- _Problem to solve_
Isolate every line in the records below with "IFCCARTESIANPOINT" in it.

::::::

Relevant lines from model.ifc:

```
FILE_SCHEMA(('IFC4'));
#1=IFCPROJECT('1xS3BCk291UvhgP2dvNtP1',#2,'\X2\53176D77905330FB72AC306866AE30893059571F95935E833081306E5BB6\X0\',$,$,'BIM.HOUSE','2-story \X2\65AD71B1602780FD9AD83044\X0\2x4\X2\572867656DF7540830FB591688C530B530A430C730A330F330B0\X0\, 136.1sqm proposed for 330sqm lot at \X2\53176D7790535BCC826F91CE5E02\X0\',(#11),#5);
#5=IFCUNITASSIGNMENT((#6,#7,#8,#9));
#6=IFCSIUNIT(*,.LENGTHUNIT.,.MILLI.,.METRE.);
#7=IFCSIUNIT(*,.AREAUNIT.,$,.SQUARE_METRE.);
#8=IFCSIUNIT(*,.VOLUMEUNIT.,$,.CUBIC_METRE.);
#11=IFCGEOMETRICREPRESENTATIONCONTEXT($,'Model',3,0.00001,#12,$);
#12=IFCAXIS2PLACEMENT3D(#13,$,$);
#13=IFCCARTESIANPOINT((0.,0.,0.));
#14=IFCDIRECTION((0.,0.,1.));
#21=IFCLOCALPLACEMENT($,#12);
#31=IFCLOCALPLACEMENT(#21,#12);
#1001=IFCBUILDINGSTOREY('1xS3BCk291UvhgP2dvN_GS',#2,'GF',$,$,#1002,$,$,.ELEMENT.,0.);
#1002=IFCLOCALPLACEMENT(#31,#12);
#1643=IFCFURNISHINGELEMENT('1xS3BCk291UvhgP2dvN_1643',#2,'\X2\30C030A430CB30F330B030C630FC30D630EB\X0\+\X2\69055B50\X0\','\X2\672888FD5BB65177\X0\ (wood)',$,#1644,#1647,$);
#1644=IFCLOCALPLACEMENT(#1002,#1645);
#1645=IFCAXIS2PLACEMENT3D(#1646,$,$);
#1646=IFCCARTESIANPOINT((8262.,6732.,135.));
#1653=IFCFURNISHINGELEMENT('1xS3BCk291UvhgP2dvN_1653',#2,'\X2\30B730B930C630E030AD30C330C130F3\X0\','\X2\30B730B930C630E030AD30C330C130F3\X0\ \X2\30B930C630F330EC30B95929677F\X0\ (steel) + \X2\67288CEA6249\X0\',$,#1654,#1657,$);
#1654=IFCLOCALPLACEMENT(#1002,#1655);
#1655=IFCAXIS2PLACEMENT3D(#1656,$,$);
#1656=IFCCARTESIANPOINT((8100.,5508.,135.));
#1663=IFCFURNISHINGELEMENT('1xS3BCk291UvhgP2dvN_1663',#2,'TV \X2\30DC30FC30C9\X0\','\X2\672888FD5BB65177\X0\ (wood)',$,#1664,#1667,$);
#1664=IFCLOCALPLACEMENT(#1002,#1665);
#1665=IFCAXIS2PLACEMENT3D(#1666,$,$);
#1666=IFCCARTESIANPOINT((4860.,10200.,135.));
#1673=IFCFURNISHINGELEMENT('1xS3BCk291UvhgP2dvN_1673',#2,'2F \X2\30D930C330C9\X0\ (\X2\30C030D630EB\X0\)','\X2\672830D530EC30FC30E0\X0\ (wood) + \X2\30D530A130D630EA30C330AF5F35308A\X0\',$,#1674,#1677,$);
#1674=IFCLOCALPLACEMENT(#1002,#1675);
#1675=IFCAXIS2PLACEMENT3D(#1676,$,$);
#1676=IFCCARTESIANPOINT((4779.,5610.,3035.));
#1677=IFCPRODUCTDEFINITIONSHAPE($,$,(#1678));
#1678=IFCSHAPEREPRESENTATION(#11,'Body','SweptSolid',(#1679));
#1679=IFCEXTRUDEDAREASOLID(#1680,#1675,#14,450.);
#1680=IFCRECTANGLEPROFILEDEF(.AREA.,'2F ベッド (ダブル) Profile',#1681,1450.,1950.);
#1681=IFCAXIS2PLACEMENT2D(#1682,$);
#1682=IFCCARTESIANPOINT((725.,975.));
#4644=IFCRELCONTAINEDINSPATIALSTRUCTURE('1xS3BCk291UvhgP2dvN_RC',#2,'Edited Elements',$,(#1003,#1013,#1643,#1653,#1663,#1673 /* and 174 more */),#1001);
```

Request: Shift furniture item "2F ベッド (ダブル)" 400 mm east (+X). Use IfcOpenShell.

```python
import ifcopenshell
import ifcopenshell.api.geometry
import ifcopenshell.util.placement

model = ifcopenshell.open("model.ifc")

item = model.by_guid("1xS3BCk291UvhgP2dvN_1673")
matrix = ifcopenshell.util.placement.get_local_placement(item.ObjectPlacement)
matrix[0, 3] += 400.0
ifcopenshell.api.geometry.edit_object_placement(model, product=item, matrix=matrix, is_si=False)

print(ifcopenshell.util.placement.get_local_placement(item.ObjectPlacement).round(3) + 0.0)

model.write("model_rev.ifc")
```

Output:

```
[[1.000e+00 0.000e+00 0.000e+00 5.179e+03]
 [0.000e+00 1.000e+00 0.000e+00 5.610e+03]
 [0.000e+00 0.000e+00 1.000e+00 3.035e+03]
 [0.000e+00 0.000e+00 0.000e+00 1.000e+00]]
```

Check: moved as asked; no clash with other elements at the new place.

::::::

- _Result_
#13=IFCCARTESIANPOINT((0.,0.,0.));
#1646=IFCCARTESIANPOINT((8262.,6732.,135.));
#1656=IFCCARTESIANPOINT((8100.,5508.,135.));
#1666=IFCCARTESIANPOINT((4860.,10200.,135.));
#1676=IFCCARTESIANPOINT((4779.,5610.,3035.));
#1682=IFCCARTESIANPOINT((725.,975.));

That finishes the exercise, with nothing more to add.